What you will do ▸
Repeat the data exactly, so that every line matches the original.

Given records ▸

=== Section Start ===

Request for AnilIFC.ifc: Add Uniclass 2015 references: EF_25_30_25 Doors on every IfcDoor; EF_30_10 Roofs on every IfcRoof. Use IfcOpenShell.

First a look at what the model holds.

```python
import ifcopenshell

model = ifcopenshell.open("AnilIFC.ifc")
print(model.schema)
print("classifications:", [c.Name for c in model.by_type("IfcClassification")])
for ifc_class in ("IfcDoor", "IfcRoof", "IfcStair", "IfcWall", "IfcWindow"):
    print(ifc_class, len(model.by_type(ifc_class)))
```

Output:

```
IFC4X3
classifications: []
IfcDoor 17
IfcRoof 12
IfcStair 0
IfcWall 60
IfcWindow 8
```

```python
import ifcopenshell
import ifcopenshell.api.classification

model = ifcopenshell.open("AnilIFC.ifc")

system = ifcopenshell.api.classification.add_classification(model, classification="Uniclass 2015")

codes = {
    "IfcDoor": ("EF_25_30_25", "Doors"),
    "IfcRoof": ("EF_30_10", "Roofs"),
}
for ifc_class, (code, name) in codes.items():
    products = model.by_type(ifc_class)
    ifcopenshell.api.classification.add_reference(
        model, products=products, classification=system, identification=code, name=name
    )
    print(code, len(products))

model.write("AnilIFC-out.ifc")
```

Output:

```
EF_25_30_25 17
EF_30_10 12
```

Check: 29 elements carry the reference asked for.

=== Section End ===

Response to the exercise ▸
Request for AnilIFC.ifc: Add Uniclass 2015 references: EF_25_30_25 Doors on every IfcDoor; EF_30_10 Roofs on every IfcRoof. Use IfcOpenShell.

First a look at what the model holds.

```python
import ifcopenshell

model = ifcopenshell.open("AnilIFC.ifc")
print(model.schema)
print("classifications:", [c.Name for c in model.by_type("IfcClassification")])
for ifc_class in ("IfcDoor", "IfcRoof", "IfcStair", "IfcWall", "IfcWindow"):
    print(ifc_class, len(model.by_type(ifc_class)))
```

Output:

```
IFC4X3
classifications: []
IfcDoor 17
IfcRoof 12
IfcStair 0
IfcWall 60
IfcWindow 8
```

```python
import ifcopenshell
import ifcopenshell.api.classification

model = ifcopenshell.open("AnilIFC.ifc")

system = ifcopenshell.api.classification.add_classification(model, classification="Uniclass 2015")

codes = {
    "IfcDoor": ("EF_25_30_25", "Doors"),
    "IfcRoof": ("EF_30_10", "Roofs"),
}
for ifc_class, (code, name) in codes.items():
    products = model.by_type(ifc_class)
    ifcopenshell.api.classification.add_reference(
        model, products=products, classification=system, identification=code, name=name
    )
    print(code, len(products))

model.write("AnilIFC-out.ifc")
```

Output:

```
EF_25_30_25 17
EF_30_10 12
```

Check: 29 elements carry the reference asked for.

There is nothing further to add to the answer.